Charlie’s street was the show street of an affluent suburb not far from us. Gardens were landscaped, dogs clipped and cars valeted. It was a way of life that seemed to drink the remaining dregs of my father’s half-empty glass and left him wilting in the weekend traffic.
‘What a lovely house,’ said my mother, with not a jealous thought coursing through her mind.
She was always like that: grateful for life itself. Her glass was not only half full, it was gold plated with a permanent refill.
‘Thanks for the lift,’ said Charlie, opening the door.
‘Any time, Charlie,’ said my father.
‘Bye, Charlie,’ said my mother, her hand already on the seat lever, and Charlie leant across to Joe and said quietly that they’d talk later. I leant in and said I would too, but he’d already got out of the car.
That evening, the sound of football results droned in from the living room; a distant update like a shipping forecast, but not as important and certainly not as interesting. We often left the television on in the living room when we went into the kitchen to eat. It was for company, I think, as if our family had been destined to be bigger and the disconnected voice made us feel complete.

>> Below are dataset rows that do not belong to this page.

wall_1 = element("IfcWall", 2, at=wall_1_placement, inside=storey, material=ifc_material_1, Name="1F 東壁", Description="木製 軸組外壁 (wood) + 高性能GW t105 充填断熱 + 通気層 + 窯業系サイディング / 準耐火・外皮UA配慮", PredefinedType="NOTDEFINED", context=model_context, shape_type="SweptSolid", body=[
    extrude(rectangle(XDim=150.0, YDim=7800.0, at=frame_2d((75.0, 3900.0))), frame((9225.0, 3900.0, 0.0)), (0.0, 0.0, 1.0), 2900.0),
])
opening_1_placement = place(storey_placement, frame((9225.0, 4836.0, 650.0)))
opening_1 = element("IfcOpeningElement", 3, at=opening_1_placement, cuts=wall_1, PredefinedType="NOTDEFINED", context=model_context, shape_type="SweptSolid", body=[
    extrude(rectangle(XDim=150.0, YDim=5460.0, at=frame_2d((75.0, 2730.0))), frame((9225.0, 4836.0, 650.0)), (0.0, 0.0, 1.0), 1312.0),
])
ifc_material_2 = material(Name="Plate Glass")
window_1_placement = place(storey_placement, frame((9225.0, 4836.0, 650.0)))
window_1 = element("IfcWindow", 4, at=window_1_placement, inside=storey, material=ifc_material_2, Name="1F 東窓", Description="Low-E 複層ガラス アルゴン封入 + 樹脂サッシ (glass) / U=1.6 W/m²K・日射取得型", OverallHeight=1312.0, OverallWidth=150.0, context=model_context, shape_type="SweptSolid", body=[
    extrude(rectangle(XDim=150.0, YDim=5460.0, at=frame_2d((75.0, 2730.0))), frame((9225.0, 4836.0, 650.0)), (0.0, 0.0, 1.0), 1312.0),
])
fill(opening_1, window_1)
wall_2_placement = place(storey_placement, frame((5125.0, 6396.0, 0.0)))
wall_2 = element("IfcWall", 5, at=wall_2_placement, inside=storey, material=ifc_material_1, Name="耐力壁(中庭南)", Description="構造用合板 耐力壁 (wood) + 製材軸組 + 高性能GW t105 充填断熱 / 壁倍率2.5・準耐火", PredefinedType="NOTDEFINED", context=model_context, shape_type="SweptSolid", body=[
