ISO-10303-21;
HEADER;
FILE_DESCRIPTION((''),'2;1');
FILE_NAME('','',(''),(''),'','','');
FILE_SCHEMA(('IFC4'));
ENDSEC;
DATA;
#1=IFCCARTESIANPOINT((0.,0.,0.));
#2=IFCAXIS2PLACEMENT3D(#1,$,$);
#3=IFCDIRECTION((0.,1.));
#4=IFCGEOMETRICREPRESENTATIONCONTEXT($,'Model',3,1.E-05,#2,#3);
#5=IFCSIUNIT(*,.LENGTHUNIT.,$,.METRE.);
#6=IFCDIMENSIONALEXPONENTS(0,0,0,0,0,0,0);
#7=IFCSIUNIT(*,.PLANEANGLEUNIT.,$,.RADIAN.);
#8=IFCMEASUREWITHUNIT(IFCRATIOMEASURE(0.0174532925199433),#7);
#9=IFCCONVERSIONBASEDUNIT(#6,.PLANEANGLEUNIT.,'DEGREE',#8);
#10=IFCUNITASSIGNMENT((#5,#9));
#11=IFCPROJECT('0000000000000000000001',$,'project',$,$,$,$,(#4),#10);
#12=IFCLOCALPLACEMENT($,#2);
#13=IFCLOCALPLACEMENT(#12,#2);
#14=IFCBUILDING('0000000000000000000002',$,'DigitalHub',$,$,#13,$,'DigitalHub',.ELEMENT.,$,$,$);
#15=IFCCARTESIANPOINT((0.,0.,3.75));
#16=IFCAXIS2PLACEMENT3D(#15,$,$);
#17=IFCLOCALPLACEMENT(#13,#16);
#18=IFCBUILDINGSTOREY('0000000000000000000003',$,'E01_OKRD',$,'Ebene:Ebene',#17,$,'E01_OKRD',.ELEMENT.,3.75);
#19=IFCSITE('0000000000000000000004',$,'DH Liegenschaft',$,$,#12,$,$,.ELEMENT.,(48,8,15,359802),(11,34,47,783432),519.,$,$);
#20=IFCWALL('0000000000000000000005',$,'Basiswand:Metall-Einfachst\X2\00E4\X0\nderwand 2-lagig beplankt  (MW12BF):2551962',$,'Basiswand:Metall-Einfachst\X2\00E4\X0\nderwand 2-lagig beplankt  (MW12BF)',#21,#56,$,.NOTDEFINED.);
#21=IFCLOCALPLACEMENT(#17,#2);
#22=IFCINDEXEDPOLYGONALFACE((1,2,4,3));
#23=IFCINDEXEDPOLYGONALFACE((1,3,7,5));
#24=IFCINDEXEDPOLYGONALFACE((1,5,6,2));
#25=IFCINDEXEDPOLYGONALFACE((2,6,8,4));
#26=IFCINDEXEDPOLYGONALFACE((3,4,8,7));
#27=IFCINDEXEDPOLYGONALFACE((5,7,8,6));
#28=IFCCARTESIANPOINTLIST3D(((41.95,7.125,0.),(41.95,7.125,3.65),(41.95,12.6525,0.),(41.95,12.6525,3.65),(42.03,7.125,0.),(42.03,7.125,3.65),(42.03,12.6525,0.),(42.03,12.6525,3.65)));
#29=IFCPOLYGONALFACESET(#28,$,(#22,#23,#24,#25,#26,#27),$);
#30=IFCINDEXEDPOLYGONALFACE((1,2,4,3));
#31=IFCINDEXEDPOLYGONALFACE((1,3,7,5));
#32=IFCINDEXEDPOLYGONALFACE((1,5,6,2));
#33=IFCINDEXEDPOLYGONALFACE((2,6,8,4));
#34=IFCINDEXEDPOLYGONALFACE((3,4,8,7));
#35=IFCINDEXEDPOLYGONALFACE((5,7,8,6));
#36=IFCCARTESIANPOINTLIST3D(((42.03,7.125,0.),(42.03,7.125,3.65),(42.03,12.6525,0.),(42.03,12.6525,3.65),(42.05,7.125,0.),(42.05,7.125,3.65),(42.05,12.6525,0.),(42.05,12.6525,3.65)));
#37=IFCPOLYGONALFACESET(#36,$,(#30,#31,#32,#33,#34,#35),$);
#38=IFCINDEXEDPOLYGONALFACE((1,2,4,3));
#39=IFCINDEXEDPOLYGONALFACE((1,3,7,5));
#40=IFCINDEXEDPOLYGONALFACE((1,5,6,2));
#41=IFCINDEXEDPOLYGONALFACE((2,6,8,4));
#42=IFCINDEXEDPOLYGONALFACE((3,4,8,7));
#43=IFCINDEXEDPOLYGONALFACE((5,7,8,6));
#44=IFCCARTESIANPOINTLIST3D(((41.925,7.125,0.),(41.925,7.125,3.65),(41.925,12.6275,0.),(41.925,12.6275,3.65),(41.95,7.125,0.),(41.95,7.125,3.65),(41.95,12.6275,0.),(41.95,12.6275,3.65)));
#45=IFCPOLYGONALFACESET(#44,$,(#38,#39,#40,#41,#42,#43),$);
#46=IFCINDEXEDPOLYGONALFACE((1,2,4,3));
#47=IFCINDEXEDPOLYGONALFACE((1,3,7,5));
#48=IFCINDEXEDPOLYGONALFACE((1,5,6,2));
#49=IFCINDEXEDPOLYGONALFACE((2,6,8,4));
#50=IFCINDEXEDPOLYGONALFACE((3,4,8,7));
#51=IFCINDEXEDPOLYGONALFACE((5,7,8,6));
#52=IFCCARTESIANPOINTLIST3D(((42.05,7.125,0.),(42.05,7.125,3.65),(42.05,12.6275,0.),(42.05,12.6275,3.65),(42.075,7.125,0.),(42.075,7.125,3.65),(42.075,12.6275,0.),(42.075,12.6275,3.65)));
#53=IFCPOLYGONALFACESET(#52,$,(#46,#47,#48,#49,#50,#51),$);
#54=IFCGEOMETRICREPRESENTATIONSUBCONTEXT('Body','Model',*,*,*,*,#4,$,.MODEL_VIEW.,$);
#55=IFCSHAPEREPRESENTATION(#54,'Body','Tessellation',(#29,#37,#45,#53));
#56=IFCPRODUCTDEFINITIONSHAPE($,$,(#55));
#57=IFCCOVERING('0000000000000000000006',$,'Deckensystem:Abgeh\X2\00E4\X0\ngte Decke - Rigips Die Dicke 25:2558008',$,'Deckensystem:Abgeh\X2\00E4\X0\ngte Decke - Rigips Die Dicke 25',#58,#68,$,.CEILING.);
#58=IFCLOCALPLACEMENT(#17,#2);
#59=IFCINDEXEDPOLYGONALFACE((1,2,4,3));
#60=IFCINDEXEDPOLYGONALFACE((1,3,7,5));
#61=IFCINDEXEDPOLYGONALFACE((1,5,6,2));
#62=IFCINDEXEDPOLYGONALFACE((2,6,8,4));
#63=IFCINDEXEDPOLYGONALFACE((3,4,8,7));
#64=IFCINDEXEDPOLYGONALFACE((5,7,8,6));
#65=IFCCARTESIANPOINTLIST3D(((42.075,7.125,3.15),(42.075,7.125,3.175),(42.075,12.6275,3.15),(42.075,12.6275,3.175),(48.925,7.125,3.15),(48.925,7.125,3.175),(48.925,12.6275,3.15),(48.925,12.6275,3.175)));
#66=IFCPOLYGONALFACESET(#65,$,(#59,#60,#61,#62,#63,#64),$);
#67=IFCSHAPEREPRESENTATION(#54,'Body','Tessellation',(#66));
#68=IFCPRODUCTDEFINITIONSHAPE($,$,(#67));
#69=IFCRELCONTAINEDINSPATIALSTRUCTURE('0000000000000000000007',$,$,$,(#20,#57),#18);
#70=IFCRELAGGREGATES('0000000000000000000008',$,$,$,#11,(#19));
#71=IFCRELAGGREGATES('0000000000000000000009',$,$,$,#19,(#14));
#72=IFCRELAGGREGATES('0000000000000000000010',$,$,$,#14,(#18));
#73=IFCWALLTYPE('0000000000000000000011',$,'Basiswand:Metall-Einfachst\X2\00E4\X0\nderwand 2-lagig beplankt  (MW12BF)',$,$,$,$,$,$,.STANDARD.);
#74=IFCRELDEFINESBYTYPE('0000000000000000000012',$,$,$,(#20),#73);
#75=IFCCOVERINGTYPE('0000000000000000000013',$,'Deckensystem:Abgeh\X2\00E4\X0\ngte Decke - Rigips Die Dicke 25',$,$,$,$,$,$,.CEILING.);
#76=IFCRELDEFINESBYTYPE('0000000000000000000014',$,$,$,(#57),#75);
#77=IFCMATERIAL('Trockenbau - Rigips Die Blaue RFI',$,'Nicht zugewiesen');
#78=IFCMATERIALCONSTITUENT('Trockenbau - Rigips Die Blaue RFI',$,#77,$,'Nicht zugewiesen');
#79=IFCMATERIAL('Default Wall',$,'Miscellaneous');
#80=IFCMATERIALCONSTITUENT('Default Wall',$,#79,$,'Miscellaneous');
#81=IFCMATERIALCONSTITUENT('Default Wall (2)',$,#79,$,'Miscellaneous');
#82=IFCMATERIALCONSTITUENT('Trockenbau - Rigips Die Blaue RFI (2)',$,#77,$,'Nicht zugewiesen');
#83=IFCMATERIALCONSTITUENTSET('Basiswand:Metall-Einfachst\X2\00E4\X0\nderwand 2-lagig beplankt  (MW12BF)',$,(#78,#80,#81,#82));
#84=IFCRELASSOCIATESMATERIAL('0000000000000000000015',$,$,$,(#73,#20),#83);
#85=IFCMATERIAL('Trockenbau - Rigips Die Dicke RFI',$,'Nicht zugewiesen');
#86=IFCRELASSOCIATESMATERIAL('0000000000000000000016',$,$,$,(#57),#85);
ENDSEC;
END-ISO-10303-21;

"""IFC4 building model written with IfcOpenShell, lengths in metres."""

from ifc_helpers import new_model, entity, si_unit, converted_unit, direction, frame, origin, place, context, subcontext, project, spatial, indexed_curve, outline, extrude, material, constituent, constituent_set, type_object, element, save


model = new_model("IFC4")

# Units and contexts
model_context = context("Model", 3, precision=1e-05, world=origin(), true_north=direction((0.0, 1.0)))
body_context = subcontext(model_context, "Body", "Model", "MODEL_VIEW")
ifc_project = project(units=[si_unit("LENGTHUNIT", "METRE"), converted_unit("PLANEANGLEUNIT", "DEGREE", entity("IfcRatioMeasure", 0.0174532925199433), si_unit("PLANEANGLEUNIT", "RADIAN"), dimensions=[0, 0, 0, 0, 0, 0, 0])], contexts=[model_context])

# Site, building, storey
site_placement = place(None, frame((0.0, 0.0, 0.0)))
site = spatial("IfcSite", under=ifc_project, at=site_placement, Name="DH Liegenschaft", CompositionType="ELEMENT", RefLatitude=(48, 8, 15, 359802), RefLongitude=(11, 34, 47, 783432), RefElevation=519.0)
building_placement = place(site_placement, origin())
building = spatial("IfcBuilding", under=site, at=building_placement, Name="DigitalHub", LongName="DigitalHub", CompositionType="ELEMENT")
storey_placement = place(building_placement, frame((0.0, 0.0, 3.75)))
storey = spatial("IfcBuildingStorey", under=building, at=storey_placement, Name="E01_OKRD", ObjectType="Ebene:Ebene", LongName="E01_OKRD", CompositionType="ELEMENT", Elevation=3.75)

# Wall
ifc_material_1 = material(Name="Trockenbau - Rigips Die Blaue RFI", Category="Nicht zugewiesen")
ifc_constituent_1 = constituent(ifc_material_1, Name="Trockenbau - Rigips Die Blaue RFI", Category="Nicht zugewiesen")
ifc_material_2 = material(Name="Default Wall", Category="Miscellaneous")
ifc_constituent_2 = constituent(ifc_material_2, Name="Default Wall", Category="Miscellaneous")
ifc_constituent_3 = constituent(ifc_material_2, Name="Default Wall (2)", Category="Miscellaneous")
ifc_constituent_4 = constituent(ifc_material_1, Name="Trockenbau - Rigips Die Blaue RFI (2)", Category="Nicht zugewiesen")
ifc_constituent_set_1 = constituent_set(constituents=[ifc_constituent_1, ifc_constituent_2, ifc_constituent_3, ifc_constituent_4], Name="Basiswand:Metall-Einfachständerwand 2-lagig beplankt  (MW12BF)")
wall_type_1 = type_object("IfcWallType", Name="Basiswand:Metall-Einfachständerwand 2-lagig beplankt  (MW12BF)", PredefinedType="STANDARD", material=ifc_constituent_set_1)
wall_1_placement = place(storey_placement, frame((42.0, 7.125, 0.0), z_axis=(0.0, 0.0, 1.0), x_axis=(0.0, 1.0, 0.0)))
element("IfcWall", 1, at=wall_1_placement, inside=storey, type_object=wall_type_1, material=ifc_constituent_set_1, Name="Basiswand:Metall-Einfachständerwand 2-lagig beplankt  (MW12BF):2551962", ObjectType="Basiswand:Metall-Einfachständerwand 2-lagig beplankt  (MW12BF)", PredefinedType="NOTDEFINED", context=body_context, shape_type="SweptSolid", body=[
    extrude(outline(indexed_curve([(-2.7638, -0.04), (2.7638, -0.04), (2.7638, 0.04), (-2.7638, 0.04), (-2.7638, -0.04)], self_intersect=False)), frame((2.7638, 0.01, 0.0)), (0.0, 0.0, 1.0), 3.65),
    extrude(outline(indexed_curve([(-2.7638, -0.01), (2.7638, -0.01), (2.7638, 0.01), (-2.7638, 0.01), (-2.7638, -0.01)], self_intersect=False)), frame((2.7638, -0.04, 0.0)), (0.0, 0.0, 1.0), 3.65),
    extrude(outline(indexed_curve([(-0.0125, -2.7513), (0.0125, -2.7513), (0.0125, 2.7513), (-0.0125, 2.7513), (-0.0125, -2.7513)], self_intersect=False)), frame((2.7513, 0.0625, 0.0), z_axis=(0.0, 0.0, 1.0), x_axis=(0.0, -1.0, 0.0)), (0.0, 0.0, 1.0), 3.65),
    extrude(outline(indexed_curve([(-0.0125, -2.7513), (0.0125, -2.7513), (0.0125, 2.7513), (-0.0125, 2.7513), (-0.0125, -2.7513)], self_intersect=False)), frame((2.7513, -0.0625, 0.0), z_axis=(0.0, 0.0, 1.0), x_axis=(0.0, 1.0, 0.0)), (0.0, 0.0, 1.0), 3.65),
])

# Covering
ifc_material_3 = material(Name="Trockenbau - Rigips Die Dicke RFI", Category="Nicht zugewiesen")
covering_type = type_object("IfcCoveringType", Name="Deckensystem:Abgehängte Decke - Rigips Die Dicke 25", PredefinedType="CEILING")
covering_placement = place(storey_placement, frame((42.075, 7.125, 3.15)))
element("IfcCovering", 2, at=covering_placement, inside=storey, type_object=covering_type, material=ifc_material_3, Name="Deckensystem:Abgehängte Decke - Rigips Die Dicke 25:2558008", ObjectType="Deckensystem:Abgehängte Decke - Rigips Die Dicke 25", PredefinedType="CEILING", context=body_context, shape_type="SweptSolid", body=[
    extrude(outline(indexed_curve([(-2.7512, -3.425), (2.7512, -3.425), (2.7512, 3.425), (-2.7512, 3.425), (-2.7512, -3.425)], self_intersect=False)), frame((3.425, 2.7512, 0.0), z_axis=(0.0, 0.0, 1.0), x_axis=(0.0, -1.0, 0.0)), (0.0, 0.0, 1.0), 0.025),
])

save(model, "model.ifc")
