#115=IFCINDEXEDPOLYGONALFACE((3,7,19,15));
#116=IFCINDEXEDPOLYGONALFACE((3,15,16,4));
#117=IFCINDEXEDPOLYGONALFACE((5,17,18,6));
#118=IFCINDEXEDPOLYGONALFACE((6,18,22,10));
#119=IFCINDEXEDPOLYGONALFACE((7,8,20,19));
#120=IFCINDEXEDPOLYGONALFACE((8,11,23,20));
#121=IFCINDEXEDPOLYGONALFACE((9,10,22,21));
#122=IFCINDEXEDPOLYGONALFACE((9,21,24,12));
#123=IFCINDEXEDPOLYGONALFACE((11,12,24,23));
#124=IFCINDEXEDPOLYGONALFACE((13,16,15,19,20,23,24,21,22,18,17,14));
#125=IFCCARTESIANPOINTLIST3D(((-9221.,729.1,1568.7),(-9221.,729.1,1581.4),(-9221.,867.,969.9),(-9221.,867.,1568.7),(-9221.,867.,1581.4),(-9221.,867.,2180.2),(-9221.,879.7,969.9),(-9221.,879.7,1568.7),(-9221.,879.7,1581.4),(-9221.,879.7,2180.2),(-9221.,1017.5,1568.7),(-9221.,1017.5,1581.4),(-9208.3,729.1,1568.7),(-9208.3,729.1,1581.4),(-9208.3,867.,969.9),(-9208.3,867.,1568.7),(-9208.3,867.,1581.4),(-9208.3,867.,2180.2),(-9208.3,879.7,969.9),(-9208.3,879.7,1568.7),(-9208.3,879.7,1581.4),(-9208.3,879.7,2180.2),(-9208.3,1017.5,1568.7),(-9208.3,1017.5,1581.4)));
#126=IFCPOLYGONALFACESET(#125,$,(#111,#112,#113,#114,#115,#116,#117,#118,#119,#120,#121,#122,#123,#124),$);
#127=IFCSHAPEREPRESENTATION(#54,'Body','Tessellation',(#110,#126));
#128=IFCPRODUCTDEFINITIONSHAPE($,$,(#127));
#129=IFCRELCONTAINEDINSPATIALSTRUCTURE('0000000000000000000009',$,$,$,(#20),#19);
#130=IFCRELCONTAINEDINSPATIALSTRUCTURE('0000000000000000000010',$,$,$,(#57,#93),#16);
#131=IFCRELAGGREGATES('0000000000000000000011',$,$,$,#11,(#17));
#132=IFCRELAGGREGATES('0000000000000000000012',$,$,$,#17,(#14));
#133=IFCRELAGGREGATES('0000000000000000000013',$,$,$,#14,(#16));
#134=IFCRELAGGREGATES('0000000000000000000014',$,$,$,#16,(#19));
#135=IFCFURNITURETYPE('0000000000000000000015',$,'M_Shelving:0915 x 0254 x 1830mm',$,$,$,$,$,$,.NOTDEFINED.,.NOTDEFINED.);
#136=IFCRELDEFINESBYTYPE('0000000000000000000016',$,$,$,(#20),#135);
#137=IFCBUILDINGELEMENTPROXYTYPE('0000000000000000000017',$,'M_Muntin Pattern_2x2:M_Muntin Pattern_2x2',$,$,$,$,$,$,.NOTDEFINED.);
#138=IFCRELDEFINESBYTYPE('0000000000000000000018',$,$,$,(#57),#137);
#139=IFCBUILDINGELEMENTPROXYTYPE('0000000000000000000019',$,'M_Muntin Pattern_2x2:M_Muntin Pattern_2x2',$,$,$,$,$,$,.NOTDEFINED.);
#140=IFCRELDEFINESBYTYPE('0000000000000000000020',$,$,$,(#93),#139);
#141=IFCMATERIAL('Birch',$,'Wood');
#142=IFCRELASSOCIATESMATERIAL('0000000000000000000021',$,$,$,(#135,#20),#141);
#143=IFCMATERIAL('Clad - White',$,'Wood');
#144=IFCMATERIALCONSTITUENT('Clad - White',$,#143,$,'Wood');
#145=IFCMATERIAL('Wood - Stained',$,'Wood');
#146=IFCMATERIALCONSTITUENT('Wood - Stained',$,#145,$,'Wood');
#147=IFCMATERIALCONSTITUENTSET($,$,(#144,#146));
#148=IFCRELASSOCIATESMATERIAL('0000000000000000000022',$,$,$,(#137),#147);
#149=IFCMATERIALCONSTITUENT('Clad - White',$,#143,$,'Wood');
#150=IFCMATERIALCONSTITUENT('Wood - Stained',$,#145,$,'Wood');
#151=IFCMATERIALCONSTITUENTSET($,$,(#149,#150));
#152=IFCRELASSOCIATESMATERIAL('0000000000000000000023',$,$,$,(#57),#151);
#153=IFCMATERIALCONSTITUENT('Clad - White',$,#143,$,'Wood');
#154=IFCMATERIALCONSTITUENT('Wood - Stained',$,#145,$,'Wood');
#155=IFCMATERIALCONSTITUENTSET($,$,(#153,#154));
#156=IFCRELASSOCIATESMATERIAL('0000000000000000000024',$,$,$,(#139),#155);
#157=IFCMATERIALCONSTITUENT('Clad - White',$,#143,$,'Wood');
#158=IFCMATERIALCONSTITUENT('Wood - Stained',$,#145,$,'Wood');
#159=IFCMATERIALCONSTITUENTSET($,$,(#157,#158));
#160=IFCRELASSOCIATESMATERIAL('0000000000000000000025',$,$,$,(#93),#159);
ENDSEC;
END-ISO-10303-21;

The kitchen was warm and smelt of crumpets, and the darkness from the garden strained at the window like a hungry guest. The plane tree was still bare; a system of nerves and veins stretching out into the blue-black sky. French navy , my mum called it; a French-navy sky . She turned the radio on. The Carpenters, ‘Yesterday Once More’. She looked wistful, sad even. My father had been called away at the last moment, offering support and options to a rogue many would say was undeserving. My mother started to sing. She placed the celery and winkles onto the table, the boiled eggs too – my favourite – which had cracked and spewed their viscous fluids into patterns of white trailing innards around the pan.
My brother came in from his bath and sat next to me, shiny and pink from the steaming water. I looked at him and said, ‘Smile,’ and as if on cue he smiled, and there in the middle of his mouth was the dark hole. I fed a winkle through it.
‘Stop it, Elly!’ my mother snapped, and turned off the radio.
‘And you ,’ she said pointing to my brother, ‘don’t encourage her.’
I watched my brother lean over and catch his reflection in the back door. These new wounds went with the new him; there was something noble about the landscape that now inhabited his face and he liked it; he gently touched the swelling around his eye. My mother slammed a mug of tea in front of him and said nothing; an action purely to interrupt his brooding pride. I reached for another winkle; hooked it with the end of my safety pin and tried to pull its uncoiling body away from the shell, but it wouldn’t come. Instead it clung on hard, which was odd; for even in death it said, ‘I won’t let go.’ Won’t let go .
‘How are you feeling?’ my mother said.
‘Not too bad,’ I said.
‘Not you , Elly.’
‘I’m fine,’ my brother said.
‘Not nauseous?’
‘No.’
‘Dizzy?’
‘No.’
‘You wouldn’t tell me, though, would you?’ she said.
‘No,’ he said, and laughed.
‘I don’t want you to play rugby any more,’ my mother said curtly.
And he calmly looked at her and said, ‘I don’t care what you want, I’m playing,’ and he picked up his tea and drank three large gulps, which must have burnt his throat, but he never let on.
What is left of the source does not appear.